Goal: Make your language research more credible and transparent

Preparatory Reading Recommendation

Roettger, T. B. (2021). Preregistration in experimental linguistics:
Applications, challenges, and limitations.
Linguistics, 59(5), 1227–1249.

Why this paper?

  • Addresses practical concerns with real examples
  • Discusses corpus studies, eye-tracking, phonetics
  • Recent (2021) and comprehensive

Key takeaways to focus on:

  • Examples of researcher degrees of freedom in linguistics
  • How to handle existing data and model convergence issues
  • Balance between exploration and confirmation
  • When preregistration does and doesn’t apply in linguistics

What is Preregistration?

Definition

Preregistration refers to posting a timestamped outline
of the research questions, hypotheses, method, and analysis plan
for a specific project prior to data collection and/or analysis

Key principle: Distinguish between:

  • Confirmatory research (pre-planned)
  • Exploratory research (data-driven discovery)

The Preregistration Spectrum

graph LR
    A[Simple<br/>Hypotheses & Methods] --> B[Detailed<br/>Analysis Plans] --> C[Registered Reports<br/>Peer Review]
    A --> D[Easy]
    B --> E[Medium]
    C --> F[Difficult]

Preregistrations can vary from simple outlines to comprehensive analysis plans with pre-written code

Why Preregister?

Problem 1: Publication Bias

  • Null results rarely published
  • Replication rate: Only 1 in 400 studies
  • 80% of tested hypotheses reported as “confirmed” across 4,600 papers
  • Cross-linguistic variation underreported

Result: Scientific record biased toward positive findings

Problem 2: Researcher Degrees of Freedom

  • Post-hoc acoustic measure selection
  • Flexible participant exclusion criteria
  • Multiple eye-tracking measures available
  • Model specification after seeing data

Consequence: False positives may mislead theory development

Why This Matters for Experimental Linguistics

Recent findings from our field:

  • Low replication rates: Similar to psychology’s “replication crisis”
  • McGurk effect replication failures: Classic findings not always robust
  • Eye-tracking studies: Different measures can yield different conclusions
  • Cross-linguistic assumptions: English-based theories don’t always generalize

Evidence: Roettger (2021) documents widespread analytical flexibility in linguistics

Reference: Roettger, T. B. (2021).
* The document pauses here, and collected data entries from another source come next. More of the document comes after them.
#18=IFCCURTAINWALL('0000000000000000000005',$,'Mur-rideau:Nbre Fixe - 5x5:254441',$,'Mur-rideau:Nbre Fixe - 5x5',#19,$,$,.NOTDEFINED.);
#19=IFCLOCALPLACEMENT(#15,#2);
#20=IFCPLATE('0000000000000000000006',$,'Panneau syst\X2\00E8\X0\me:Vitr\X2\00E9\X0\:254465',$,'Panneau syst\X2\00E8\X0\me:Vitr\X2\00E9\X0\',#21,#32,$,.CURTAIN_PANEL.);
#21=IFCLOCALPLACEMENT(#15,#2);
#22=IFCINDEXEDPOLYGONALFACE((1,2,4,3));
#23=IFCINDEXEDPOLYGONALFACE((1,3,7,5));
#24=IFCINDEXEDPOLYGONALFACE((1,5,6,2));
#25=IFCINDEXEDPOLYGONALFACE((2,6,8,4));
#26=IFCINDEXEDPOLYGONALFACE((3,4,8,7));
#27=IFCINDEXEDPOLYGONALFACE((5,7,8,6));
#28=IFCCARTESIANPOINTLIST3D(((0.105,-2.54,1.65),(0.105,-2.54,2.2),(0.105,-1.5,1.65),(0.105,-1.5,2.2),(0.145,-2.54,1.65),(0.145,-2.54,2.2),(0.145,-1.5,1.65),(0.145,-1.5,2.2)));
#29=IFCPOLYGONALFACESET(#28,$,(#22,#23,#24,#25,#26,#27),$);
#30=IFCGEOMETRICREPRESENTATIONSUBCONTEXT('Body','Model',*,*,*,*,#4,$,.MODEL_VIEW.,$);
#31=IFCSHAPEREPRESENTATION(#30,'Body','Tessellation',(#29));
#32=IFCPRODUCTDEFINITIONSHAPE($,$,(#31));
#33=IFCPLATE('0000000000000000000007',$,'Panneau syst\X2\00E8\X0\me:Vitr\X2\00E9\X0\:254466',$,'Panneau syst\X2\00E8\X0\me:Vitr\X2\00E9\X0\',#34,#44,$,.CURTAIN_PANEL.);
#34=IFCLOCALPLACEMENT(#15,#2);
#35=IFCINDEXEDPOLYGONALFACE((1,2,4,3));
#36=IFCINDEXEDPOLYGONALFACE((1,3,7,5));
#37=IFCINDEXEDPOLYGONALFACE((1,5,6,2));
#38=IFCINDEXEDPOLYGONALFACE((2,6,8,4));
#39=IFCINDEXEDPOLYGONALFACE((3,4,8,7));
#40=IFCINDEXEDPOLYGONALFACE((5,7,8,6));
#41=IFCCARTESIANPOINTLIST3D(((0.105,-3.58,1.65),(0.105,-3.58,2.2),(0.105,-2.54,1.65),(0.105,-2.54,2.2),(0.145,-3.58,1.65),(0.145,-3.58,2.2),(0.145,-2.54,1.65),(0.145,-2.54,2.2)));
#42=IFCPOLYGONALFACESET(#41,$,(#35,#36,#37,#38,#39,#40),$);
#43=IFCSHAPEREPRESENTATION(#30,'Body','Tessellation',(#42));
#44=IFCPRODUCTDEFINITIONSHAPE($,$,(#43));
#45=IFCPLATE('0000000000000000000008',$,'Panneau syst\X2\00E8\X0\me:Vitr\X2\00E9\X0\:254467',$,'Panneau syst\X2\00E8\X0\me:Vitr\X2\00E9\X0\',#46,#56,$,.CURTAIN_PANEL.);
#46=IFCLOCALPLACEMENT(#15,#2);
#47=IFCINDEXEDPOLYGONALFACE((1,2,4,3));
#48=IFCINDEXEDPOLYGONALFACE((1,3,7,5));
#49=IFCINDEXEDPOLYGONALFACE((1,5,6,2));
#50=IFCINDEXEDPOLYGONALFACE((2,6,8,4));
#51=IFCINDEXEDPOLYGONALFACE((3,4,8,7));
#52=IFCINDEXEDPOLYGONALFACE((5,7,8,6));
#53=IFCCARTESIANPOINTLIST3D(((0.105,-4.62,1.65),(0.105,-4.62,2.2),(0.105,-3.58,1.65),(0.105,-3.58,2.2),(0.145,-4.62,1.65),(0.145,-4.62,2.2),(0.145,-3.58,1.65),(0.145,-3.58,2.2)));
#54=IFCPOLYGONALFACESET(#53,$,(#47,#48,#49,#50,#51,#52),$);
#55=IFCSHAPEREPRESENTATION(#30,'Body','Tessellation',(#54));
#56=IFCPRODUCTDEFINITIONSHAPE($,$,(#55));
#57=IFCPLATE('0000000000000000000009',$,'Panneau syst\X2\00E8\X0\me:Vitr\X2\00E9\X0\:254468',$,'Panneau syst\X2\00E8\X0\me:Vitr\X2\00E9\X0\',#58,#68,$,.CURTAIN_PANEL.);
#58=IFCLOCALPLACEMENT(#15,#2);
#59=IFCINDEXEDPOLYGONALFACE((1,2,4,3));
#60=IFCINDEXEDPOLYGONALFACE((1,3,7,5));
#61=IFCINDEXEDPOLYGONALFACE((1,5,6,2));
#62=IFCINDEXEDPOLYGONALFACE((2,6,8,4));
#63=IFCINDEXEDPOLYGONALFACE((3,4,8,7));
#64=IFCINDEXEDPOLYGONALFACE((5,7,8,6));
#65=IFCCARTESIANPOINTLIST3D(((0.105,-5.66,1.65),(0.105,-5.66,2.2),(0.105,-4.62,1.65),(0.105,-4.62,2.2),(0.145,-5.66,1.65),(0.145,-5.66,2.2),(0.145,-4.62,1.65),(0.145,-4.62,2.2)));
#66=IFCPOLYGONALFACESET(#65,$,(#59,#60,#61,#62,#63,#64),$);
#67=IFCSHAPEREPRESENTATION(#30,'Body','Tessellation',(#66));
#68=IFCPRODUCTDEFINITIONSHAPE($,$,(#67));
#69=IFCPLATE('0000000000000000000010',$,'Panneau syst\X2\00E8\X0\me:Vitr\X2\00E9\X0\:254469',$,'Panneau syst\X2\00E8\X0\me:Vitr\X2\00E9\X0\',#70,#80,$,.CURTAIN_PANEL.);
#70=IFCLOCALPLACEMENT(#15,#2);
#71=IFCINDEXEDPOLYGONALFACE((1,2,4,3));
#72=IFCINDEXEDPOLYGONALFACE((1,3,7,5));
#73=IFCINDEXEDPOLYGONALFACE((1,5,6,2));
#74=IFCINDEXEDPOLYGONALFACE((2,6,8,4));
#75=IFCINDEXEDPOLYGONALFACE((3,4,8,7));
Preregistration in experimental linguistics:
Applications, challenges, and limitations. Linguistics, 59(5), 1227-1249.

Common Concern 1: “My data collection is unpredictable”

  • Preregister decision trees for contingencies
  • Document changes transparently
  • Example: Children falling asleep during experiment

Common Concern 2: “I need exploratory analyses”

  • Preregistration only constrains confirmatory part
  • Explore freely after confirmatory tests
  • Just label findings appropriately

Common Concern 3: “I’m working with existing corpora”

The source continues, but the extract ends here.